[Collected data]
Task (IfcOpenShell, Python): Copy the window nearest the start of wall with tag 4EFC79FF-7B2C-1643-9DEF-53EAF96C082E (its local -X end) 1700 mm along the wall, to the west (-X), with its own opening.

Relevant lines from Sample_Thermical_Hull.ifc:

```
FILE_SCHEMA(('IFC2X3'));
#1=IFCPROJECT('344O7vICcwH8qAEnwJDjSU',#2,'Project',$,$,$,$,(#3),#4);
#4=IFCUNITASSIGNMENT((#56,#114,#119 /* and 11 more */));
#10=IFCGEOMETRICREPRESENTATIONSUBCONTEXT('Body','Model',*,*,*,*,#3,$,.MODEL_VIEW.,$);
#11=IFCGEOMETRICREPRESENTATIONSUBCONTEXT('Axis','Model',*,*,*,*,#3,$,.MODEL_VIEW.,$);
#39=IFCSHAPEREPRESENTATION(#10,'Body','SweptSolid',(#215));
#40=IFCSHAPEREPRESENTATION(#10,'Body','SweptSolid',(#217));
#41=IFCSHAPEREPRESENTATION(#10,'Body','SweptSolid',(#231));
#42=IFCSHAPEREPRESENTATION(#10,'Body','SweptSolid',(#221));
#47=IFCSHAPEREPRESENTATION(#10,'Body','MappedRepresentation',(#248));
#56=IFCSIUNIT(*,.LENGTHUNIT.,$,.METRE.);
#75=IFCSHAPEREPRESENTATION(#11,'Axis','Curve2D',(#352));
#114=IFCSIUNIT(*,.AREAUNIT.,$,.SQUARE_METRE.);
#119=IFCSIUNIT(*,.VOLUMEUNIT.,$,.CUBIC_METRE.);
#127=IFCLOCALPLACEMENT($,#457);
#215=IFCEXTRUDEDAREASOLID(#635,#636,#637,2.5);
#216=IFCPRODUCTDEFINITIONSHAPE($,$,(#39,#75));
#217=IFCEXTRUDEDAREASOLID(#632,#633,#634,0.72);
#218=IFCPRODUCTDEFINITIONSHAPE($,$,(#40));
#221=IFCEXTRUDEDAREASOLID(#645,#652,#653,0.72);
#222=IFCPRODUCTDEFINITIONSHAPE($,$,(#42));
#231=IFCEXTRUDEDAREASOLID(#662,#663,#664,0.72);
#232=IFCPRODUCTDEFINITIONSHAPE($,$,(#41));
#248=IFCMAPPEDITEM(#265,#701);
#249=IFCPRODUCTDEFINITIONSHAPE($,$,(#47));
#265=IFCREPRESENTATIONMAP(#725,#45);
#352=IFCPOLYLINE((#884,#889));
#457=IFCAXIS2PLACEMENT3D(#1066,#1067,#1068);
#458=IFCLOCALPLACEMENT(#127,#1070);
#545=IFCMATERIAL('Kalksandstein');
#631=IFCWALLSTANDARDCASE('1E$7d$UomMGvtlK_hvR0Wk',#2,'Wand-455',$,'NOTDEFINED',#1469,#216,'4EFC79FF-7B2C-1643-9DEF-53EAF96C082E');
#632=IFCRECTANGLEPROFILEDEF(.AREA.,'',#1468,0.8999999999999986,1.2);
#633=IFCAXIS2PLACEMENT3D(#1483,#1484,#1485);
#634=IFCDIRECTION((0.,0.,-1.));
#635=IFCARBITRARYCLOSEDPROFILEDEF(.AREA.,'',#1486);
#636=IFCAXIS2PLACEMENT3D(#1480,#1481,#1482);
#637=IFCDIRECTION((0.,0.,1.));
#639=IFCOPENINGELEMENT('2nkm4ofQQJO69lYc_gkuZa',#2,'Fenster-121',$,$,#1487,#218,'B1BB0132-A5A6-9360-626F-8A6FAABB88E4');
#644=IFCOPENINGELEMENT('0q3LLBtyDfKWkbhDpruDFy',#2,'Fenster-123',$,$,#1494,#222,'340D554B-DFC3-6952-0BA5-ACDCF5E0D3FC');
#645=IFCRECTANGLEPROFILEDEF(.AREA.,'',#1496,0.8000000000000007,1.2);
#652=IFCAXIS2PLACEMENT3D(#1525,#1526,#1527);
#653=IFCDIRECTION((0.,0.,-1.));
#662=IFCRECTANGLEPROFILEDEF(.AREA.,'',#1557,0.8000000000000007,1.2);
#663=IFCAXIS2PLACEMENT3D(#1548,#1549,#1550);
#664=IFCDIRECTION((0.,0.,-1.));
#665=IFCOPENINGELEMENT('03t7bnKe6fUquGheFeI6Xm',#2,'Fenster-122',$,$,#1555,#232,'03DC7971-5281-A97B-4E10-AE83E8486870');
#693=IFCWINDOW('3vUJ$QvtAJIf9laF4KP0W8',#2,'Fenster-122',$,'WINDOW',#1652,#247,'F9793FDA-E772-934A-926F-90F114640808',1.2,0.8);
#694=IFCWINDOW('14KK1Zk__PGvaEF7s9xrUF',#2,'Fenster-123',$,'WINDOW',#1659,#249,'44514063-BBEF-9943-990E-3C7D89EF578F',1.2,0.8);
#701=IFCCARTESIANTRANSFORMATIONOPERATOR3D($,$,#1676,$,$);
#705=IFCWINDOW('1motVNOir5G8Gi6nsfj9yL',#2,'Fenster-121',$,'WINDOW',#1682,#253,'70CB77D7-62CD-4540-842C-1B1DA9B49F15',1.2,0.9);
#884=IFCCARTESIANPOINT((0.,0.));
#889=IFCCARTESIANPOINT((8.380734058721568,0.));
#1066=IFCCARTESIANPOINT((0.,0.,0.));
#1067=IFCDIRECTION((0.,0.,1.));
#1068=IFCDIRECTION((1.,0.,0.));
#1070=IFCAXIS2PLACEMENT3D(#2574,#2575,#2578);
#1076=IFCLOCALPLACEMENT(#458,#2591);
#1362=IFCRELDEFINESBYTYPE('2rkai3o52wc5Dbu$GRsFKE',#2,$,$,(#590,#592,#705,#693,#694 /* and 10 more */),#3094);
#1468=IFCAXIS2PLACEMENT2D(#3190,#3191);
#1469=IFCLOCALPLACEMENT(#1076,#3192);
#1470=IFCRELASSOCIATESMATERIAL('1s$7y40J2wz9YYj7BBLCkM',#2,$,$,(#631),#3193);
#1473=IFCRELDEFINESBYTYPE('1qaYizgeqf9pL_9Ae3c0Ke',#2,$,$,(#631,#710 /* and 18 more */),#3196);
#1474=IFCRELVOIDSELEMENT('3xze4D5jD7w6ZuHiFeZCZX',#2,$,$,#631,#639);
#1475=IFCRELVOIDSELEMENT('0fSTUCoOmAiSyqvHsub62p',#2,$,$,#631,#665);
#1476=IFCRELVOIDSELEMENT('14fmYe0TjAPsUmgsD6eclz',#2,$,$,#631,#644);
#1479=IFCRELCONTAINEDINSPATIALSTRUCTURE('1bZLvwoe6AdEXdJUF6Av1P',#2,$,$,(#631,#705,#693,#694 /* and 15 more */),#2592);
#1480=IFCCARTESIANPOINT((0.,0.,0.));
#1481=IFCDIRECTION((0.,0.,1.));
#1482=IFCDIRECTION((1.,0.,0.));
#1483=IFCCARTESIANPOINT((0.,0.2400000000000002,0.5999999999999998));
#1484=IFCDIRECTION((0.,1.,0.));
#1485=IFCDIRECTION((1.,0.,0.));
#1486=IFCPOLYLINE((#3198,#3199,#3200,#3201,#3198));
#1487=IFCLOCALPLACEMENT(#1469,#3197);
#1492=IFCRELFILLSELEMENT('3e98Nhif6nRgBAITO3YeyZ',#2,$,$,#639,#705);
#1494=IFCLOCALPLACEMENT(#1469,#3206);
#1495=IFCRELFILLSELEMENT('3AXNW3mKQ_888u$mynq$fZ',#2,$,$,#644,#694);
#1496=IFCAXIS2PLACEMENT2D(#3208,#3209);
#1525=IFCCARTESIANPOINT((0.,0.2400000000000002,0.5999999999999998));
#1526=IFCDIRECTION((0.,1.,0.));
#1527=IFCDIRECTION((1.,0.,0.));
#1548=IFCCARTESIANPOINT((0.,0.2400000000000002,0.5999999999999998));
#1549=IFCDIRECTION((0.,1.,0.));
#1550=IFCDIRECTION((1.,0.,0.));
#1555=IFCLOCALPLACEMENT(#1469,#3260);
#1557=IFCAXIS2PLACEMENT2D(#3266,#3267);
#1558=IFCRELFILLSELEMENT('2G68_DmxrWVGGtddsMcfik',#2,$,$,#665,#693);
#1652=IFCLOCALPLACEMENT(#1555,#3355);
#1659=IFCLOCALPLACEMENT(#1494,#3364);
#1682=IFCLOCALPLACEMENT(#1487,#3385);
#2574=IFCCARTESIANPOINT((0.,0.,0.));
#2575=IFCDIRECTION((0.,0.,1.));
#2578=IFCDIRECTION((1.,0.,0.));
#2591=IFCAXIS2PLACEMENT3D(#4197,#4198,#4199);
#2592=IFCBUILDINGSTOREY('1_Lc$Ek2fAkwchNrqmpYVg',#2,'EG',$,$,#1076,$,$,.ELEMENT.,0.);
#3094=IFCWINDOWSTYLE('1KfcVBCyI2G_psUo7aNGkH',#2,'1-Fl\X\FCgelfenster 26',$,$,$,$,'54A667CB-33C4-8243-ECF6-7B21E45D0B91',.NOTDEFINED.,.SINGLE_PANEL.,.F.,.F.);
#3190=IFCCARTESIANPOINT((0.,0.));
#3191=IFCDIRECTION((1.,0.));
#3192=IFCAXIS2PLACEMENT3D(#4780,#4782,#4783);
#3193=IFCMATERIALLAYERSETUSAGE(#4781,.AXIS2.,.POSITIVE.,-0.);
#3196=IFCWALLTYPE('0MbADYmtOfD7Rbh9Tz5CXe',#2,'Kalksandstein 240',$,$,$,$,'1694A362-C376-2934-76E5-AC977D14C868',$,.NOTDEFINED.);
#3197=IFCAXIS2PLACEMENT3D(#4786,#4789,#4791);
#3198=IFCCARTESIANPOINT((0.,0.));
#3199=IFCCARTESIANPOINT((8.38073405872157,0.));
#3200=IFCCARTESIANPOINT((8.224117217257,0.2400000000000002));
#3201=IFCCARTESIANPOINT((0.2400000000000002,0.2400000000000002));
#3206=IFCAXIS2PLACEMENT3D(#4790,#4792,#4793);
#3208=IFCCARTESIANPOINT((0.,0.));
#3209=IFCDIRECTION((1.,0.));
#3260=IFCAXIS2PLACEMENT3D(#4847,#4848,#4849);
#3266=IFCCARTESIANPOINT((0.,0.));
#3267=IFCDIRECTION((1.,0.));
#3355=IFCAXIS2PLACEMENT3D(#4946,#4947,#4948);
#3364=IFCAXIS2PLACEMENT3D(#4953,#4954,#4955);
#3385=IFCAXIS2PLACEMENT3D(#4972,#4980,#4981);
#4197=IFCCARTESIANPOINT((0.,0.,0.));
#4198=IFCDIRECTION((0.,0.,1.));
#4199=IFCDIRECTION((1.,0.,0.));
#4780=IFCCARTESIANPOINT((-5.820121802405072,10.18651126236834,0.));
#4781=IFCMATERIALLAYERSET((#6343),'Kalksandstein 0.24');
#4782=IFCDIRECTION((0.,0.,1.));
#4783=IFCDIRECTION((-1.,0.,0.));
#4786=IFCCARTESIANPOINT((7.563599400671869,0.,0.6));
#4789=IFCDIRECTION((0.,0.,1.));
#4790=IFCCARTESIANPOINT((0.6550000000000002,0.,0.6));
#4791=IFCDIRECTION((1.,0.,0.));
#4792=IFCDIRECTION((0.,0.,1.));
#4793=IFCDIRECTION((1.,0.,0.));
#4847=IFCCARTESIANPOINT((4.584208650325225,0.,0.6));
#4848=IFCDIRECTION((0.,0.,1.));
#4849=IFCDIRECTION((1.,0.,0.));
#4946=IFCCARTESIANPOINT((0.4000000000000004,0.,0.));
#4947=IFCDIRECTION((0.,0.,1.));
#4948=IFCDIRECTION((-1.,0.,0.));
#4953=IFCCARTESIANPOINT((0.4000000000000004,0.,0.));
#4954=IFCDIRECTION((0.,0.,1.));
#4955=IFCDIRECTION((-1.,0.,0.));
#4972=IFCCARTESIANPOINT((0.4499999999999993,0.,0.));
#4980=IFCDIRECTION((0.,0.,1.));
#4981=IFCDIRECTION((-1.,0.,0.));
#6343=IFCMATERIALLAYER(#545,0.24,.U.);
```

```python
import ifcopenshell
import ifcopenshell.api.feature
import ifcopenshell.api.geometry
import ifcopenshell.api.root
import ifcopenshell.geom
import ifcopenshell.util.element
import ifcopenshell.util.placement
import ifcopenshell.util.shape

model = ifcopenshell.open("Sample_Thermical_Hull.ifc")
settings = ifcopenshell.geom.settings()


def volume(element):
    """Net volume in cubic metres, openings subtracted."""
    shape = ifcopenshell.geom.create_shape(settings, element)
    return ifcopenshell.util.shape.get_volume(shape.geometry)


def reuse_history(source, copy):
    """copy_class also copies each property set's owner history, people and application; keep the originals."""
    for rel in copy.IsDefinedBy:
        if rel.is_a("IfcRelDefinesByProperties") and (history := rel.RelatingPropertyDefinition.OwnerHistory):
            rel.RelatingPropertyDefinition.OwnerHistory = source.OwnerHistory
            ifcopenshell.util.element.remove_deep2(model, history)


window = model.by_id(694)
opening = window.FillsVoids[0].RelatingOpeningElement
wall = opening.VoidsElements[0].RelatingBuildingElement
before = volume(wall)
shift = ifcopenshell.util.placement.get_local_placement(wall.ObjectPlacement)[:3, 0] * 1.7

# copy_class copies the void relationship, type, container and properties, but no geometry.
new_opening = ifcopenshell.api.root.copy_class(model, product=opening)
new_opening.Representation = ifcopenshell.util.element.copy_deep(
    model, opening.Representation, exclude=["IfcGeometricRepresentationContext", "IfcRepresentationMap"]
)
new_opening.Tag = None
new_window = ifcopenshell.api.root.copy_class(model, product=window)
new_window.Representation = ifcopenshell.util.element.copy_deep(
    model, window.Representation, exclude=["IfcGeometricRepresentationContext", "IfcRepresentationMap"]
)
new_window.Tag = None
reuse_history(window, new_window)
fills = ifcopenshell.api.feature.add_filling(model, opening=new_opening, element=new_window)
fills.OwnerHistory = new_window.OwnerHistory  # required in IFC2X3

for old, new in ((opening, new_opening), (window, new_window)):
    matrix = ifcopenshell.util.placement.get_local_placement(old.ObjectPlacement)
    matrix[:3, 3] += shift
    ifcopenshell.api.geometry.edit_object_placement(model, product=new, matrix=matrix, is_si=False)

after = volume(wall)

print(f"wall volume {before:.3f} -> {after:.3f} m3")

model.write("Sample_Thermical_Hull_rev.ifc")
```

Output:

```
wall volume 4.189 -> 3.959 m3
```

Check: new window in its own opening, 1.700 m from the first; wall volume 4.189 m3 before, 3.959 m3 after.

* [What to produce] All the lines that hold the word "Kalksandstein" must appear in the answer, copied from the records.

* [Solution to the exercise]
#545=IFCMATERIAL('Kalksandstein');
#3196=IFCWALLTYPE('0MbADYmtOfD7Rbh9Tz5CXe',#2,'Kalksandstein 240',$,$,$,$,'1694A362-C376-2934-76E5-AC977D14C868',$,.NOTDEFINED.);
#4781=IFCMATERIALLAYERSET((#6343),'Kalksandstein 0.24');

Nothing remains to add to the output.